可這一塌糊塗的性感,卻早已把旁人看得口水滴答了。
“喲,那是誰家的公子,也太……”
“省省吧,昆侖君子劍也是你敢想的?人家玉樹臨風、前途無量,你全身上下是長相配得上,修為配得上,還是背景配得上?”
“煩死了,我這麽內心堅強純善美好的女子,說不準就是他的真愛呢?”
疑為損友的閨蜜誇張的表示了驚奇:
“堅強純善?拜托,昆侖弟子是什麽樣的操行?你昨天踩壞了自己親爹的籬笆,還哭哭啼啼讓我去頂鍋。君子劍對你是真愛,那除非是腦子被驢踢了!”
愛做夢的小女孩兒總是不服氣的:“這世上被驢踢過的男人還少了?話本上都這麽寫的,說不準這釋少陽也被踢過呢?”
損友遲疑片刻:“那驢踢得也太狠了點……”
媚三娘翹了一下嘴角。
那驢踢得比她們以為的狠多了……
罩在黑蓮鬥篷裏,媚三娘一手提著血蝠門的拖油瓶,漫不經心的吩咐:“看到什麽都閉嘴,傳出去任何他的壞話,我平了你血蝠門,也就是稍微費點兒事。”
血幅王的大弟子聞言一抖,實在是桃夭老祖鮮少端這個架子。不由得多看了遠處的“君子劍”兩眼,覺得也就那麽回事兒,忍不住負氣嘀咕:“也不知道誰被踢過……”
披著鬥篷走到幾乎貼麵的距離,媚三娘踮起腳尖兒,在他頸間嗬了一口熱氣。
釋少陽半垂的眼皮,忽然抖了一下。
脖頸上肉眼可見的浮起一色緋紅,連帶著起了一層細小的疙瘩。
抬劍往脖子邊兒一擋,釋少陽麵無表情的轉身就走。
卻不防,另外一邊兒又被嗬了一口氣。
釋少陽低聲道:“你再吹下去,我褲子都要穿不住了!”
釋少陽跟她說話的時候,總是沒有什麽感情起伏的。似乎從初識開始,他就在極力抗拒這種起伏,或者說這種感情。

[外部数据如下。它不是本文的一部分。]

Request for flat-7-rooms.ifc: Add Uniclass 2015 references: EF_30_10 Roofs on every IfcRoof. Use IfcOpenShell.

First a look at what the model holds.

```python
import ifcopenshell

model = ifcopenshell.open("flat-7-rooms.ifc")
print(model.schema)
print("classifications:", [c.Name for c in model.by_type("IfcClassification")])
for ifc_class in ("IfcDoor", "IfcRoof", "IfcStair", "IfcWall", "IfcWindow"):
    print(ifc_class, len(model.by_type(ifc_class)))
```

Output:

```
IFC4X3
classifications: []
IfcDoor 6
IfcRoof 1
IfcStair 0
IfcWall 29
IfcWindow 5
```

```python
import ifcopenshell
import ifcopenshell.api.classification

model = ifcopenshell.open("flat-7-rooms.ifc")

system = ifcopenshell.api.classification.add_classification(model, classification="Uniclass 2015")

codes = {
    "IfcRoof": ("EF_30_10", "Roofs"),
}
for ifc_class, (code, name) in codes.items():
    products = model.by_type(ifc_class)
    ifcopenshell.api.classification.add_reference(
        model, products=products, classification=system, identification=code, name=name
    )
    print(code, len(products))

model.write("flat-7-rooms_rev.ifc")
```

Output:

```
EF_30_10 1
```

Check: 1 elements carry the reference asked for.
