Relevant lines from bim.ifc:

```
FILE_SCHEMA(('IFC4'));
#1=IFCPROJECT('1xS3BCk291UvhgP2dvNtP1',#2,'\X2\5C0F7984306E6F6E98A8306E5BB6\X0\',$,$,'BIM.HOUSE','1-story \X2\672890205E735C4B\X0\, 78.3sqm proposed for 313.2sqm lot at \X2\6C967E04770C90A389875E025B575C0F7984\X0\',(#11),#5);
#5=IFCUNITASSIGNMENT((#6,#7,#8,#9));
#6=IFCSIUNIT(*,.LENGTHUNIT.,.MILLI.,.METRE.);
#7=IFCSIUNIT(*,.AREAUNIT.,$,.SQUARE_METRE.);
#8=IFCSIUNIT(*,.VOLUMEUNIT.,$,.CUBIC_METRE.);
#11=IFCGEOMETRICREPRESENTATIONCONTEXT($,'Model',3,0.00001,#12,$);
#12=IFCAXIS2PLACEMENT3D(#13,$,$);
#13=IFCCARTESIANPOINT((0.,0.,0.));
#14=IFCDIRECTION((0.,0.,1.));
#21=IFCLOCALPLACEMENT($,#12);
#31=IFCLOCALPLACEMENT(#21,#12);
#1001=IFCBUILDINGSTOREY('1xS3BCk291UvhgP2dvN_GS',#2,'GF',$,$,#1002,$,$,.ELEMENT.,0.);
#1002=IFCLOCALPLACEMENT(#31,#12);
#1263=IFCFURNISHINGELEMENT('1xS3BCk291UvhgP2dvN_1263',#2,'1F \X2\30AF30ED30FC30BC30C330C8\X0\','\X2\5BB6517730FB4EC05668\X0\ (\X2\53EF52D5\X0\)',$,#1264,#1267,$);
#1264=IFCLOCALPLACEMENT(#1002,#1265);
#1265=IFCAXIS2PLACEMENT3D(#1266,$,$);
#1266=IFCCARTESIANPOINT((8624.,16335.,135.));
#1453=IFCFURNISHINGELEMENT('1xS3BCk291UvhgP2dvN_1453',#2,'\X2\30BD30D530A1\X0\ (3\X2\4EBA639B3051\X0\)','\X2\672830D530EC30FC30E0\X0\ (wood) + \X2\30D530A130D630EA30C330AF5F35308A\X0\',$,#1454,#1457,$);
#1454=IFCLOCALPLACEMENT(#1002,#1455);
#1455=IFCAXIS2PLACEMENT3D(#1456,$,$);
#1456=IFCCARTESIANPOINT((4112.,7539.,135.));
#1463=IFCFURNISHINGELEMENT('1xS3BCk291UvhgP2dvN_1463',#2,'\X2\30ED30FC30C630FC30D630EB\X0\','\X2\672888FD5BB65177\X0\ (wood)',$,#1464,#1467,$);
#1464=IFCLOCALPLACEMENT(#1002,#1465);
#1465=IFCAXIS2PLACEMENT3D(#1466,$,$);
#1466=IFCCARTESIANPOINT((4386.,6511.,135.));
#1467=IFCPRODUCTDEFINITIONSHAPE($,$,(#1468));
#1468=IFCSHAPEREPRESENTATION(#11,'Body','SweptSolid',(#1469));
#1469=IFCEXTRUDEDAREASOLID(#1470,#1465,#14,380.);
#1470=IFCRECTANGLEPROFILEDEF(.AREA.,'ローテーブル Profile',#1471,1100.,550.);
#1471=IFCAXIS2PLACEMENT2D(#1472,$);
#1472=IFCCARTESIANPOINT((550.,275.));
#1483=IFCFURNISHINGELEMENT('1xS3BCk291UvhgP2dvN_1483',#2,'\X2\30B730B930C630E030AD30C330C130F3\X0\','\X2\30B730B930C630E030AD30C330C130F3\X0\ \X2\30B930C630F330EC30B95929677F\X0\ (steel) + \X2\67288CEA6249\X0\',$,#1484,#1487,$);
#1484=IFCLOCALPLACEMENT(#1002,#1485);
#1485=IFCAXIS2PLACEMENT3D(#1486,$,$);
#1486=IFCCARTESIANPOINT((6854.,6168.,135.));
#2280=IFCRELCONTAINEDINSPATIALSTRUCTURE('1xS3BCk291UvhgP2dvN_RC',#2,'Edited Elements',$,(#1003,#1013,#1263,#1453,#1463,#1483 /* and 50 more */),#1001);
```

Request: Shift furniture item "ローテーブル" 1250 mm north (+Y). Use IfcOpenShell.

```python
import ifcopenshell
import ifcopenshell.api.geometry
import ifcopenshell.util.placement

model = ifcopenshell.open("bim.ifc")

item = model.by_guid("1xS3BCk291UvhgP2dvN_1463")
matrix = ifcopenshell.util.placement.get_local_placement(item.ObjectPlacement)
matrix[1, 3] += 1250.0
ifcopenshell.api.geometry.edit_object_placement(model, product=item, matrix=matrix, is_si=False)

print(ifcopenshell.util.placement.get_local_placement(item.ObjectPlacement).round(3) + 0.0)

model.write("bim_updated.ifc")
```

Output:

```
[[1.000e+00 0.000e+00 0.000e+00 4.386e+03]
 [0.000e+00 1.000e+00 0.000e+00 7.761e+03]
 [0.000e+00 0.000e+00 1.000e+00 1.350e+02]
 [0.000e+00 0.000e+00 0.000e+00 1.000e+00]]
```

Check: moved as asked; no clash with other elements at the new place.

但今日看見他在必經之路堵人,媚三娘的心情已然很好。隔著鬥篷無聲的笑,媚三娘拎著拖油瓶的肩膀跟上。
血幅王大弟子忍不住插嘴:“你不說斬命劍派肯定要設伏,咱們得走傳送陣嗎?現在這是相反的方向!”
媚三娘輕巧的撇他一眼:“有這事兒?我不記得了。”
血幅王大弟子一臉震驚的看著翻臉如翻書的女人,半晌才找回了聲音:“操,那驢是往死了踢的吧!”